In a funny way, just
like the plotlines from Zane Grey on, this one is simplicity itself “the age of
vengeance is mine saith the Lord. Young Mattie, all of 14, played by Hailee
Steinfeld, feisty as hell even if only 14, is out to avenge the death of her father
by a no account bastard who just shot him down in cold blood named Tom Clancy.
Little did he know his days were numbered with Mattie on the case no matter
that he headed out to desolate Indian country (Native American or indigenous peoples
now).
But even a feisty
precocious 14 year old needs some help against a bad man desperado and so she
hires for a bounty a U.S. Marshall to bring old Tom in to face justice, to face
the big step-off which Mattie makes very plain is her goal-no anti-death
penalty advocate she. So she hires the toughest of them all, the one with, hey,
true grit, Reuben “Rooster” Cogburn played by Jeff Bridges like he was born for
the role, and maybe he was. Mattie had a choice, could have and maybe should
have picked Texas Ranger LaBouef, played by Matt Damon, who had been after
bandito Clancy for crimes in Texas which would also require a hangman’s noose.

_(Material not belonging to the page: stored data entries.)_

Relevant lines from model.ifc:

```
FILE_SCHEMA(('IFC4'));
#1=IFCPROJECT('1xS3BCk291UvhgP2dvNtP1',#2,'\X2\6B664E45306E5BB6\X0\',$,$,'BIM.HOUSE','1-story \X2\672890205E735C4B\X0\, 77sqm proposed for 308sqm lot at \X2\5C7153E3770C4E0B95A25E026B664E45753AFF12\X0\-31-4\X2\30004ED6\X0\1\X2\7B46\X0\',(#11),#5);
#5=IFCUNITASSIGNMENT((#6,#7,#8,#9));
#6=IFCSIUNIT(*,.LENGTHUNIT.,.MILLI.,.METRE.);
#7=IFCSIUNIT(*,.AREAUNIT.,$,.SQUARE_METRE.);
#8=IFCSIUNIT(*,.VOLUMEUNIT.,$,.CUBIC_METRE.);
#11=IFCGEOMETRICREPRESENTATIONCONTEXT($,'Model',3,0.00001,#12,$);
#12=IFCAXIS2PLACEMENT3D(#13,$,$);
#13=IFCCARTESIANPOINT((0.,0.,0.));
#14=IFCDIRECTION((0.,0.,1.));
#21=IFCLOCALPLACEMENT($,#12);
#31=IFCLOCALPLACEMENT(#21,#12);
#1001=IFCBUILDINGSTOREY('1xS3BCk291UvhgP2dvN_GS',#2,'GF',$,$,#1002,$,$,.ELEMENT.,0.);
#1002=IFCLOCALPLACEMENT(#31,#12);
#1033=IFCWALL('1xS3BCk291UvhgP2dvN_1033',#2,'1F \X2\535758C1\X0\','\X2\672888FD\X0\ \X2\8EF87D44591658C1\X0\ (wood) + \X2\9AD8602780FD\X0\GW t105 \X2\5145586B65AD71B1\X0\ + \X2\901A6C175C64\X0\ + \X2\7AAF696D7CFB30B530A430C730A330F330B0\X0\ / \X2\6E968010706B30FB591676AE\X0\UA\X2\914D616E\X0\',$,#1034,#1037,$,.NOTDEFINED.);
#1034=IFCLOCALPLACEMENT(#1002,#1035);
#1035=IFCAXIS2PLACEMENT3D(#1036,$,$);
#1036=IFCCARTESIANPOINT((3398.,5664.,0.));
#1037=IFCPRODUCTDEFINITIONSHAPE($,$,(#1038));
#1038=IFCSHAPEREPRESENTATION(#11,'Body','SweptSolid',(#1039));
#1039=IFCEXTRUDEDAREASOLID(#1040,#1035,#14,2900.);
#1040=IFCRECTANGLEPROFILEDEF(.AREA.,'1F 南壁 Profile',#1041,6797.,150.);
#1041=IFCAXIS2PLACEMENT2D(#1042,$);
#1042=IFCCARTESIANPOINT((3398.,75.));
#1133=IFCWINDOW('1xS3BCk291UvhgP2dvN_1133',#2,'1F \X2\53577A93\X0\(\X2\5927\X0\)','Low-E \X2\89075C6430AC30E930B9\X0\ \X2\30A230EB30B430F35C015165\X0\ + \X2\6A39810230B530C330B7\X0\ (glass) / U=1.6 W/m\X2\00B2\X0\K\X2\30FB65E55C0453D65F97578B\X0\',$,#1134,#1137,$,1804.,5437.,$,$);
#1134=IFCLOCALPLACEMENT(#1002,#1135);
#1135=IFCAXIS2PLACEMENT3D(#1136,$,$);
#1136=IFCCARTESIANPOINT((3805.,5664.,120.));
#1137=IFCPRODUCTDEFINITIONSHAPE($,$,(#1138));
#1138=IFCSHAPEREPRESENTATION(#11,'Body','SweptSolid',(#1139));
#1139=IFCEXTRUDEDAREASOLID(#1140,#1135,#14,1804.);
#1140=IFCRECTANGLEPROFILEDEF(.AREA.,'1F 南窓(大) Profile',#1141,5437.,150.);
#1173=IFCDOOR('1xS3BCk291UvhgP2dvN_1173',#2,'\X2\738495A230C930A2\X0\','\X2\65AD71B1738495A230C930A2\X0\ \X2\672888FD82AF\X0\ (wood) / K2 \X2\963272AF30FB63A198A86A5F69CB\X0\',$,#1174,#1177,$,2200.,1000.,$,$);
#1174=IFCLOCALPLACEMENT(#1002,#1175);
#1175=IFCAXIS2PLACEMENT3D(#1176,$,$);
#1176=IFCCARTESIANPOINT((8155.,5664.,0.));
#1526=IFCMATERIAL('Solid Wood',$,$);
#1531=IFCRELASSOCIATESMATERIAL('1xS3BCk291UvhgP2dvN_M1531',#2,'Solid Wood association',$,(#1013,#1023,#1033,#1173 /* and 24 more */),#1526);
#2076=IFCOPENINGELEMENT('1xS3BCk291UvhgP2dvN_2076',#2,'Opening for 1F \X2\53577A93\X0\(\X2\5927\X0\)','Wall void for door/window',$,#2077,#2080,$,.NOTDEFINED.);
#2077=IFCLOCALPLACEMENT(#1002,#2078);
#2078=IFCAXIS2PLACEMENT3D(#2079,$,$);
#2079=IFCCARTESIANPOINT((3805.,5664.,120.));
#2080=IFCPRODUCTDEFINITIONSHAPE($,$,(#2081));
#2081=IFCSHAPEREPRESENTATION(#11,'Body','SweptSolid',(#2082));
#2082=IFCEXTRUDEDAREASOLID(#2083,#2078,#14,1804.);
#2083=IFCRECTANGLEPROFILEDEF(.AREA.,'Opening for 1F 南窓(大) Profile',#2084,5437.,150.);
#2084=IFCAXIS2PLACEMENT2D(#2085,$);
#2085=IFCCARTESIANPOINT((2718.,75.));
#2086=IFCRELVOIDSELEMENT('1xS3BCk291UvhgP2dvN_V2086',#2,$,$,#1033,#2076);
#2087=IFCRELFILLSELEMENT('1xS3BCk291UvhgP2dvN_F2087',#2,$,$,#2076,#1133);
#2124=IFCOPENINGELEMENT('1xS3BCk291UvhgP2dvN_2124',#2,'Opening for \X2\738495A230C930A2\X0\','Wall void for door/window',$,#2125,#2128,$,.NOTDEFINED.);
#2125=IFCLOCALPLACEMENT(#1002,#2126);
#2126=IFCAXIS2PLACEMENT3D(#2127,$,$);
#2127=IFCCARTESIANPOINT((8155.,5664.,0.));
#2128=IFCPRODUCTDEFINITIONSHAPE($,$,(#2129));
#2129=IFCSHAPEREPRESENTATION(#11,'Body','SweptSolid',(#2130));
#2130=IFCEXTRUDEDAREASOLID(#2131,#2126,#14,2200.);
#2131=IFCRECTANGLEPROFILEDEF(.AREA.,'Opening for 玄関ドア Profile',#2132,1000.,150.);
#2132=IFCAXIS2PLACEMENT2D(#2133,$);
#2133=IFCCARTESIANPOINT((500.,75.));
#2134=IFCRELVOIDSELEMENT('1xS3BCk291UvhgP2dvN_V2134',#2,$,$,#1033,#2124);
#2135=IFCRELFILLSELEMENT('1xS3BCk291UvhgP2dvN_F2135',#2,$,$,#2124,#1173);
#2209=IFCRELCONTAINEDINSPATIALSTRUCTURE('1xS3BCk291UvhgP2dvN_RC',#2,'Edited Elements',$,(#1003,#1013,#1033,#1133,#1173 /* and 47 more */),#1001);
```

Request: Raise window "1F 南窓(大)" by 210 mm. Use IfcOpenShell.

```python
import numpy as np
import ifcopenshell
import ifcopenshell.api.geometry
import ifcopenshell.util.placement
import ifcopenshell.util.unit

model = ifcopenshell.open("model.ifc")
unit_scale = ifcopenshell.util.unit.calculate_unit_scale(model)

window = model.by_guid("1xS3BCk291UvhgP2dvN_1133")
opening = window.FillsVoids[0].RelatingOpeningElement
dz = 0.21 / unit_scale

shift = np.array([0.0, 0.0, dz])
# The window is not placed relative to its opening, so move both.
for product in (opening, window):
    matrix = ifcopenshell.util.placement.get_local_placement(product.ObjectPlacement)
    matrix[:3, 3] += shift
    ifcopenshell.api.geometry.edit_object_placement(model, product=product, matrix=matrix, is_si=False)

print(f"moved by {dz * unit_scale:+.3f} m")

model.write("model_v2.ifc")
```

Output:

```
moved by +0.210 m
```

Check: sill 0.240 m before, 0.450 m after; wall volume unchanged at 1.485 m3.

But she took Rooster instead.
Eventually after much
banter they, all three, head out to that Indian country (remember think Native
American) and before long all kind of calumny, false leads, a few
confrontations and the like impede their progress. Also some internal bickering
which would lead that LaBoeuf to head out on his own periodically. Not to worry
though after a few rounds of rooty-toot-toot that Tom Clancy is gone to the
great beyond-no one to mourn him. Along the way though Mattie and the Rooster
bond, bond enough that when that Rooster went to his own great beyond he was
buried in Mattie’s family plot. Yeah, wasn’t that a time boys, wasn’t that a
time.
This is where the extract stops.